▶ **MATERIAL TO PROCESS**

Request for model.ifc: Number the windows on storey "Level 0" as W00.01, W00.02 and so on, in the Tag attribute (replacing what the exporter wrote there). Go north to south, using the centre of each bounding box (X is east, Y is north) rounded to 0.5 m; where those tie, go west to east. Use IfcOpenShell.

First a look at what the model holds.

```python
import ifcopenshell
import ifcopenshell.util.element
import ifcopenshell.util.placement

model = ifcopenshell.open("model.ifc")
print(model.schema)
storey = next(s for s in model.by_type("IfcBuildingStorey") if s.Name == "Level 0")
windows = [e for e in ifcopenshell.util.element.get_decomposition(storey) if e.is_a("IfcWindow")]
for e in sorted(windows, key=lambda e: e.id()):
    origin = ifcopenshell.util.placement.get_local_placement(e.ObjectPlacement)[:3, 3]
    print(e.id(), e.Tag, e.Name, origin.round(2) + 0.0, sep=" | ")
```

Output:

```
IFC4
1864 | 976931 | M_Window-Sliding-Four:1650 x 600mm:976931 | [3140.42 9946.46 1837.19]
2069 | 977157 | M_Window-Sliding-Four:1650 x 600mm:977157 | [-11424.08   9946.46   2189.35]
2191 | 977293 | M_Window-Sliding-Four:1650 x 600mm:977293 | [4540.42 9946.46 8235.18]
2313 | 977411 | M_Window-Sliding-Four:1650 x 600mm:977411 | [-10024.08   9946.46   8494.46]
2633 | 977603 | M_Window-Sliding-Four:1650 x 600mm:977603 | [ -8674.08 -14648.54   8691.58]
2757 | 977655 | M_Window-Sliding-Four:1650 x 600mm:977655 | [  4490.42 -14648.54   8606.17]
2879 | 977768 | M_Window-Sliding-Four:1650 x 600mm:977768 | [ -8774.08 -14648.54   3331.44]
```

```python
import ifcopenshell
import ifcopenshell.geom
import ifcopenshell.util.element
import ifcopenshell.util.shape

model = ifcopenshell.open("model.ifc")
settings = ifcopenshell.geom.settings()
settings.set("use-world-coords", True)


def centre(element):
    shape = ifcopenshell.geom.create_shape(settings, element)
    return ifcopenshell.util.shape.get_bbox_centroid(shape.geometry)


storey = next(s for s in model.by_type("IfcBuildingStorey") if s.Name == "Level 0")
windows = [e for e in ifcopenshell.util.element.get_decomposition(storey) if e.is_a("IfcWindow")]

# Insertion points can sit at a corner or the storey origin, so sort by the geometry (in metres).
centres = {e: centre(e) for e in windows}
windows.sort(key=lambda e: (-round(centres[e][1] / 0.5), centres[e][0]))

for i, e in enumerate(windows, start=1):
    number = f"W00.{i:02d}"
    e.Tag = number
    print(e.id(), number)

model.write("model-out.ifc")
```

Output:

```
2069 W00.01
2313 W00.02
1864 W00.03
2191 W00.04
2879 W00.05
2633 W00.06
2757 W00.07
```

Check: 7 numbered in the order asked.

▶ **WHAT TO PRODUCE**
All lines from the listing above that include "Four" should be shown.

▶ **ANSWER SPACE**
1864 | 976931 | M_Window-Sliding-Four:1650 x 600mm:976931 | [3140.42 9946.46 1837.19]
2069 | 977157 | M_Window-Sliding-Four:1650 x 600mm:977157 | [-11424.08   9946.46   2189.35]
2191 | 977293 | M_Window-Sliding-Four:1650 x 600mm:977293 | [4540.42 9946.46 8235.18]
2313 | 977411 | M_Window-Sliding-Four:1650 x 600mm:977411 | [-10024.08   9946.46   8494.46]
2633 | 977603 | M_Window-Sliding-Four:1650 x 600mm:977603 | [ -8674.08 -14648.54   8691.58]
2757 | 977655 | M_Window-Sliding-Four:1650 x 600mm:977655 | [  4490.42 -14648.54   8606.17]
2879 | 977768 | M_Window-Sliding-Four:1650 x 600mm:977768 | [ -8774.08 -14648.54   3331.44]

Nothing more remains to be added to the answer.